[[ Data records open ]]

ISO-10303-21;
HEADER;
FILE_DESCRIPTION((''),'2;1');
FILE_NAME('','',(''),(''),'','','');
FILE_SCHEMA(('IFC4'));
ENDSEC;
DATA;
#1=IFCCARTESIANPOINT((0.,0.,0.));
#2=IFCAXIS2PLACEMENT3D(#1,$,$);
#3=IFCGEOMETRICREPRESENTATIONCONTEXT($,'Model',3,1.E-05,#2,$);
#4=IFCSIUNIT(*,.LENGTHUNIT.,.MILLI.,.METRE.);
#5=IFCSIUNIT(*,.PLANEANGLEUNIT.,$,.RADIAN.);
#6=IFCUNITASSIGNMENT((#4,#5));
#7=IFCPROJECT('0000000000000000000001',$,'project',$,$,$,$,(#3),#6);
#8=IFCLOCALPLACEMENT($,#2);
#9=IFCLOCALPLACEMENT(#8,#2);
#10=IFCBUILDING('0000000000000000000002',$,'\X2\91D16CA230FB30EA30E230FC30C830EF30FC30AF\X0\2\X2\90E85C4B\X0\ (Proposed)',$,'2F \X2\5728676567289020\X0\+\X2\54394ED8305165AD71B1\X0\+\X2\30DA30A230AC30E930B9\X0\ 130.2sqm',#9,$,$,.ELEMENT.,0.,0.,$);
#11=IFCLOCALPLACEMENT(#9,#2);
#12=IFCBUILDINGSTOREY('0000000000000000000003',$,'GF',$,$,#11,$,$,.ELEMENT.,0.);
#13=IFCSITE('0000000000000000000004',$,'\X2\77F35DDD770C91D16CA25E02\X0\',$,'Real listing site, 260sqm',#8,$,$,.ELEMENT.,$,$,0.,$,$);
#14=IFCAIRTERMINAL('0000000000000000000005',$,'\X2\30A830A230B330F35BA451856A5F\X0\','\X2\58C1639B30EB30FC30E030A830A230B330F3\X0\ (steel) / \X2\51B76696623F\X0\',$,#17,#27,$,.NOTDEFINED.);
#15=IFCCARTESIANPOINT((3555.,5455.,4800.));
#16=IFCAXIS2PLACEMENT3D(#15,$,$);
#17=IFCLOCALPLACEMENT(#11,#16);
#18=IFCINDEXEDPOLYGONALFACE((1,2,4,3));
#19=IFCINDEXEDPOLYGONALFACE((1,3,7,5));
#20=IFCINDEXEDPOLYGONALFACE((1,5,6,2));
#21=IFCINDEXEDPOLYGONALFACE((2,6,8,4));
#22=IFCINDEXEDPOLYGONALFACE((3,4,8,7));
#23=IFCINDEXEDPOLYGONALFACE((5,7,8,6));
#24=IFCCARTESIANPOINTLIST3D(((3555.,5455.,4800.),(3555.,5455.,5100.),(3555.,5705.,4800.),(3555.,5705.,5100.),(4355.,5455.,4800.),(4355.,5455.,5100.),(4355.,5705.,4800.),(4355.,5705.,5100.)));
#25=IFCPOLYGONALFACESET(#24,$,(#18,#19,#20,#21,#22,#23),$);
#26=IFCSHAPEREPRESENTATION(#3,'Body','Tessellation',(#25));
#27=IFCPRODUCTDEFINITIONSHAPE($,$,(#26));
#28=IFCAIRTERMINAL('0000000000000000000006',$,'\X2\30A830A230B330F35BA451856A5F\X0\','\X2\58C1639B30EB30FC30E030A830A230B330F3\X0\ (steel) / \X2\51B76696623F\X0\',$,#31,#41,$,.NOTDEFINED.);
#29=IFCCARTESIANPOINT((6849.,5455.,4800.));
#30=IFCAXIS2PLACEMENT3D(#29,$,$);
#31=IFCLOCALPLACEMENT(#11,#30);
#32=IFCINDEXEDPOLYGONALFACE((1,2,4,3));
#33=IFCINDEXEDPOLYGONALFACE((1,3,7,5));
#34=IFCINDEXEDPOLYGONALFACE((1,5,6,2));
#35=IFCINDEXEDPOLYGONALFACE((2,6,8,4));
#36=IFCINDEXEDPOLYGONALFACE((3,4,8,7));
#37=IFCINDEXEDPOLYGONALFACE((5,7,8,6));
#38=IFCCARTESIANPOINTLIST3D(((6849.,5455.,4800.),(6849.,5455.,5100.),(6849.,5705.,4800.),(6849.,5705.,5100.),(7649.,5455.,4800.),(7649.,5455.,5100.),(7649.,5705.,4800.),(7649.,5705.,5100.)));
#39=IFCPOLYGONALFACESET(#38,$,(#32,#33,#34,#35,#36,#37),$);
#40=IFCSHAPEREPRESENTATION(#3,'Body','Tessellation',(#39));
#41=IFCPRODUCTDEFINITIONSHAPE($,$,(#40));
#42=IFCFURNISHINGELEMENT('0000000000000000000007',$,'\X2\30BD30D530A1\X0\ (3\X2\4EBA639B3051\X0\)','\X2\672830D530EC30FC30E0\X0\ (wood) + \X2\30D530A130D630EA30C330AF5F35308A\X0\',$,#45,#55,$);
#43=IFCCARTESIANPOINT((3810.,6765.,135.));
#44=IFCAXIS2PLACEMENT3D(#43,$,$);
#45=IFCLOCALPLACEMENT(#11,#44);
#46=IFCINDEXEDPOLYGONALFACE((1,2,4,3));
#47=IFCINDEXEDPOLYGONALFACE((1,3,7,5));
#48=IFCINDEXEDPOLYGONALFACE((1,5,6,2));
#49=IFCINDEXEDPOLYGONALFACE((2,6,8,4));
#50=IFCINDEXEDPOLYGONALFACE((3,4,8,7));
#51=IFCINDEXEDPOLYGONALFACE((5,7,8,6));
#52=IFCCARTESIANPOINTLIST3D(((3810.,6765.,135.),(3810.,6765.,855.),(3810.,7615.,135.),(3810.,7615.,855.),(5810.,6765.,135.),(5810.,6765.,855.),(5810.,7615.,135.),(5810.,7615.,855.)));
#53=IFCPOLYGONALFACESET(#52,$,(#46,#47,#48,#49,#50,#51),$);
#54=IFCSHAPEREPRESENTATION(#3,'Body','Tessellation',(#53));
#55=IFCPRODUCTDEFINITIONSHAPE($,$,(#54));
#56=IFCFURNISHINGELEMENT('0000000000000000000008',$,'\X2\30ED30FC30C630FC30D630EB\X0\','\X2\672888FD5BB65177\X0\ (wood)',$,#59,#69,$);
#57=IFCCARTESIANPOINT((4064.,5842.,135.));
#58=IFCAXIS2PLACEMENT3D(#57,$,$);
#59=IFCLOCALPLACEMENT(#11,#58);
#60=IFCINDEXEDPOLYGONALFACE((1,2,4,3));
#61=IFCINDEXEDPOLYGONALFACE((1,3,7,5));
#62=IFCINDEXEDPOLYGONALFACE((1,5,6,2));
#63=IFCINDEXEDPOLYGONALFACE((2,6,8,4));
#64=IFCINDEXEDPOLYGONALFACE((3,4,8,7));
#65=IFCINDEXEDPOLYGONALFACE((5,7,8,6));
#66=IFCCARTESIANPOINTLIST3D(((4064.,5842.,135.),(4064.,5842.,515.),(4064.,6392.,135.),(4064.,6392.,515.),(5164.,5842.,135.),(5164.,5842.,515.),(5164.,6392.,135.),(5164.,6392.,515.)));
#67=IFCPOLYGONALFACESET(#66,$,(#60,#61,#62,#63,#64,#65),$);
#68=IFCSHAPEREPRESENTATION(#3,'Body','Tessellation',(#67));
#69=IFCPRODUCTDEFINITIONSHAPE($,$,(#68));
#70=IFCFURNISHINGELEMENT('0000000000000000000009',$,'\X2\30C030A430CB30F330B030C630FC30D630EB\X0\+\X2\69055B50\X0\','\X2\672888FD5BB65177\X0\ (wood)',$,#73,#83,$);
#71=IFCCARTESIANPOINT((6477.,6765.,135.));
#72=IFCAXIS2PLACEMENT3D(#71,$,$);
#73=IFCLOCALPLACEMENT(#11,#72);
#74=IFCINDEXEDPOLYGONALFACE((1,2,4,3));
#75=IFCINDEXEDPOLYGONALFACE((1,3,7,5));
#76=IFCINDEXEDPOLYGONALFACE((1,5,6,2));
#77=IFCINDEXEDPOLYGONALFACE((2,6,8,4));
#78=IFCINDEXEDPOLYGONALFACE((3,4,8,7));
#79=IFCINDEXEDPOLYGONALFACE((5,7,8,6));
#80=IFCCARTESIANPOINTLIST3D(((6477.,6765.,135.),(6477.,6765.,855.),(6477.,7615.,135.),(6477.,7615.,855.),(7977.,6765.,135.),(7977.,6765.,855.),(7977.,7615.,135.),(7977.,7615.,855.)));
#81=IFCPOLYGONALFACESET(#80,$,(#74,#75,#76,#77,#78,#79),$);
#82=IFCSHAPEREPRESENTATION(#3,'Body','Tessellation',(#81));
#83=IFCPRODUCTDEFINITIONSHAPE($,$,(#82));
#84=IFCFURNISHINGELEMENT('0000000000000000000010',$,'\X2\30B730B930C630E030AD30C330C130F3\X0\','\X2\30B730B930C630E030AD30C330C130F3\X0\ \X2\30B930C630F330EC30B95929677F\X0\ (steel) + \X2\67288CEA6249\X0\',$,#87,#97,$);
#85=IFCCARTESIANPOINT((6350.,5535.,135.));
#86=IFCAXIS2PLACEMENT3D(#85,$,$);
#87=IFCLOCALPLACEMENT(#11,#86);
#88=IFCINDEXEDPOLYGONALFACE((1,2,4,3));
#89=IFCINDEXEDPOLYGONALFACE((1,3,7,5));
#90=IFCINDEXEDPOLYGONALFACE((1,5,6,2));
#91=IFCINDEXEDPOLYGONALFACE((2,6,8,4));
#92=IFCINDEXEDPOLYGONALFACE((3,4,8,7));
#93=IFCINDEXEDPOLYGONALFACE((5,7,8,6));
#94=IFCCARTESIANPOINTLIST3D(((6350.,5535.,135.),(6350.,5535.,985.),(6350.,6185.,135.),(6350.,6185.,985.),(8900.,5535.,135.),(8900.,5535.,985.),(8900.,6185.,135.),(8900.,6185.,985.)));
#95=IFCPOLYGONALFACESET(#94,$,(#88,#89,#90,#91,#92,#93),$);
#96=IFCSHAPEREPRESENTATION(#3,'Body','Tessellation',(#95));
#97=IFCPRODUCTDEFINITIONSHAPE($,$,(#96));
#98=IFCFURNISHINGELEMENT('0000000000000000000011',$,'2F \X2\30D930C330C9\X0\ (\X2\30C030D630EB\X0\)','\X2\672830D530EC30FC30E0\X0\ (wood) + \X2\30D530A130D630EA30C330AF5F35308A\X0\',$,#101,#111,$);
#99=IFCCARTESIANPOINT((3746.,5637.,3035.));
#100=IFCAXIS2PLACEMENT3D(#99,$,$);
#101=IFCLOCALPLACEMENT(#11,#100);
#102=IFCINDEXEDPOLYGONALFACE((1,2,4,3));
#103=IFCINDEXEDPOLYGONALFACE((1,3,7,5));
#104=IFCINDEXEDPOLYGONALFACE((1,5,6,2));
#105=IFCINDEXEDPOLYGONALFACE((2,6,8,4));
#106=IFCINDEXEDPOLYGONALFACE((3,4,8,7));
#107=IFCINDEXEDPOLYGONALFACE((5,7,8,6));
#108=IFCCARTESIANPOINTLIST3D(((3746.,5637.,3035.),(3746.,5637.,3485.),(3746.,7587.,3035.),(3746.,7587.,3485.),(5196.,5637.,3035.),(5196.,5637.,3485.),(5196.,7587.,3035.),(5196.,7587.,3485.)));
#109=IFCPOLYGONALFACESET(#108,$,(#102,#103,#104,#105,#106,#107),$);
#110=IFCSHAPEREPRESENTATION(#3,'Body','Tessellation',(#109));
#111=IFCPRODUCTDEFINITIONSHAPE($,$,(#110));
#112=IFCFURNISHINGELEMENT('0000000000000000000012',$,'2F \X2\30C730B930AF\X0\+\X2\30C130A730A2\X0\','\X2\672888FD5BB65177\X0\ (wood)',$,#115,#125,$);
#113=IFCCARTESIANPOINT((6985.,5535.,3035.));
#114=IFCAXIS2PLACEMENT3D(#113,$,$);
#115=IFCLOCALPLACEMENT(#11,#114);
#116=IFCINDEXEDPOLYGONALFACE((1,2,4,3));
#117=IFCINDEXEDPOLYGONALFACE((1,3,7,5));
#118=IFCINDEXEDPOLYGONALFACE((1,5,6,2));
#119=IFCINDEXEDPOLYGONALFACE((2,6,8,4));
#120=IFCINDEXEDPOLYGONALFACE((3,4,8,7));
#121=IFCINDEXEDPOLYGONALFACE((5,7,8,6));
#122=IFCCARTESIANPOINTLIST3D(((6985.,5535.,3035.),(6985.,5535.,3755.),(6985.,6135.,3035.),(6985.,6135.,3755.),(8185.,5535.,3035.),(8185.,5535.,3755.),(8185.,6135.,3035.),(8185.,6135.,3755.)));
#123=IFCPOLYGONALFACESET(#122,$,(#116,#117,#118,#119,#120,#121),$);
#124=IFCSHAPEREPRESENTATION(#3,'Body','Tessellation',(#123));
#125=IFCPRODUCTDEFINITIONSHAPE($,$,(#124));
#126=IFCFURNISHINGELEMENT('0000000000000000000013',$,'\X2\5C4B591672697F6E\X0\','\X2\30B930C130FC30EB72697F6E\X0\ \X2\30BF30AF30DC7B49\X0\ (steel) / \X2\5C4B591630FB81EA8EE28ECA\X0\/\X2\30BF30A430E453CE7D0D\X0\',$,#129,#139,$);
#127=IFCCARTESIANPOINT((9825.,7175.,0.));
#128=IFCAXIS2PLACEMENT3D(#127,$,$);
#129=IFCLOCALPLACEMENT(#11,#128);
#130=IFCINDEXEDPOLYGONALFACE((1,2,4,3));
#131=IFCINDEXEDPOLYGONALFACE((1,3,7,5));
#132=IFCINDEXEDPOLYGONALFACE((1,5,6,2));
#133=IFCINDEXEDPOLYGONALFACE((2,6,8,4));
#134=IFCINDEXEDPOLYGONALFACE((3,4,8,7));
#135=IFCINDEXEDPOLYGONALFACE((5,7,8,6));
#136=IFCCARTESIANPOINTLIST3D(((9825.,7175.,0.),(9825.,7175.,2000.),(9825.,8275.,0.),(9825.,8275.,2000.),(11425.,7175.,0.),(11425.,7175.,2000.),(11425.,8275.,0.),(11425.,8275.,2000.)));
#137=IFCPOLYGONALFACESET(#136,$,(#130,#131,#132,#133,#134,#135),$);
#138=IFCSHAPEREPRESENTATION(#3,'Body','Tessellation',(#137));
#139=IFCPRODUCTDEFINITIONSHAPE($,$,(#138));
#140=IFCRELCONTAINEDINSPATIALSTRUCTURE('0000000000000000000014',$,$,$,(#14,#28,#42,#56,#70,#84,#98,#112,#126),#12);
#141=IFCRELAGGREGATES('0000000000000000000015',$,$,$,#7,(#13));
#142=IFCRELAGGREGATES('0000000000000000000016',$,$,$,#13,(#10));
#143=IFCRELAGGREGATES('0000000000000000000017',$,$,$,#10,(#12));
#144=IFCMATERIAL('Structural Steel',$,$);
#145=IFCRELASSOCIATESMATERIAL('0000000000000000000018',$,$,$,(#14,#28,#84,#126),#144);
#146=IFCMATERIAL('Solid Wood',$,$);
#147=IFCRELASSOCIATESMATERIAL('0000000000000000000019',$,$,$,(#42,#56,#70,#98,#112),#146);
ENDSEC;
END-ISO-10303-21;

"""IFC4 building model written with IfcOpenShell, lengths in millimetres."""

from ifc_helpers import new_model, si_unit, frame, frame_2d, origin, place, context, project, spatial, rectangle, extrude, material, element, save


model = new_model("IFC4")

# Units and contexts
model_context = context("Model", 3, precision=1e-05, world=origin())
ifc_project = project(units=[si_unit("LENGTHUNIT", "METRE", prefix="MILLI"), si_unit("PLANEANGLEUNIT", "RADIAN")], contexts=[model_context])

# Site, building, storey
site_placement = place(None, origin())
site = spatial("IfcSite", under=ifc_project, at=site_placement, Name="石川県金沢市", ObjectType="Real listing site, 260sqm", CompositionType="ELEMENT", RefElevation=0.0)
building_placement = place(site_placement, origin())
building = spatial("IfcBuilding", under=site, at=building_placement, Name="金沢・リモートワーク2部屋 (Proposed)", ObjectType="2F 在来木造+吹付け断熱+ペアガラス 130.2sqm", CompositionType="ELEMENT", ElevationOfRefHeight=0.0, ElevationOfTerrain=0.0)
storey_placement = place(building_placement, origin())
storey = spatial("IfcBuildingStorey", under=building, at=storey_placement, Name="GF", CompositionType="ELEMENT", Elevation=0.0)

# Shared definitions
ifc_material_1 = material(Name="Solid Wood")

# Shared definitions
ifc_material_2 = material(Name="Structural Steel")

# Air terminals
air_terminal_1_placement = place(storey_placement, frame((3555.0, 5455.0, 4800.0)))
element("IfcAirTerminal", 1, at=air_terminal_1_placement, inside=storey, material=ifc_material_2, Name="エアコン室内機", Description="壁掛ルームエアコン (steel) / 冷暖房", PredefinedType="NOTDEFINED", context=model_context, shape_type="SweptSolid", body=[
    extrude(rectangle(XDim=800.0, YDim=250.0, at=frame_2d((400.0, 125.0))), frame((3555.0, 5455.0, 4800.0)), (0.0, 0.0, 1.0), 300.0),
])
air_terminal_2_placement = place(storey_placement, frame((6849.0, 5455.0, 4800.0)))
element("IfcAirTerminal", 2, at=air_terminal_2_placement, inside=storey, material=ifc_material_2, Name="エアコン室内機", Description="壁掛ルームエアコン (steel) / 冷暖房", PredefinedType="NOTDEFINED", context=model_context, shape_type="SweptSolid", body=[
    extrude(rectangle(XDim=800.0, YDim=250.0, at=frame_2d((400.0, 125.0))), frame((6849.0, 5455.0, 4800.0)), (0.0, 0.0, 1.0), 300.0),
])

[[ Data records closed ]]

◆ Instructions to follow ◆
All lines from the opening of the records through the line where "#3=IFCGEOMETRICREPRESENTATIONCONTEXT($,'Model',3,1.E-05,#2,$);" occurs are to be output verbatim. No other line belongs in the answer.

◆ Your solution ◆
ISO-10303-21;
HEADER;
FILE_DESCRIPTION((''),'2;1');
FILE_NAME('','',(''),(''),'','','');
FILE_SCHEMA(('IFC4'));
ENDSEC;
DATA;
#1=IFCCARTESIANPOINT((0.,0.,0.));
#2=IFCAXIS2PLACEMENT3D(#1,$,$);
#3=IFCGEOMETRICREPRESENTATIONCONTEXT($,'Model',3,1.E-05,#2,$);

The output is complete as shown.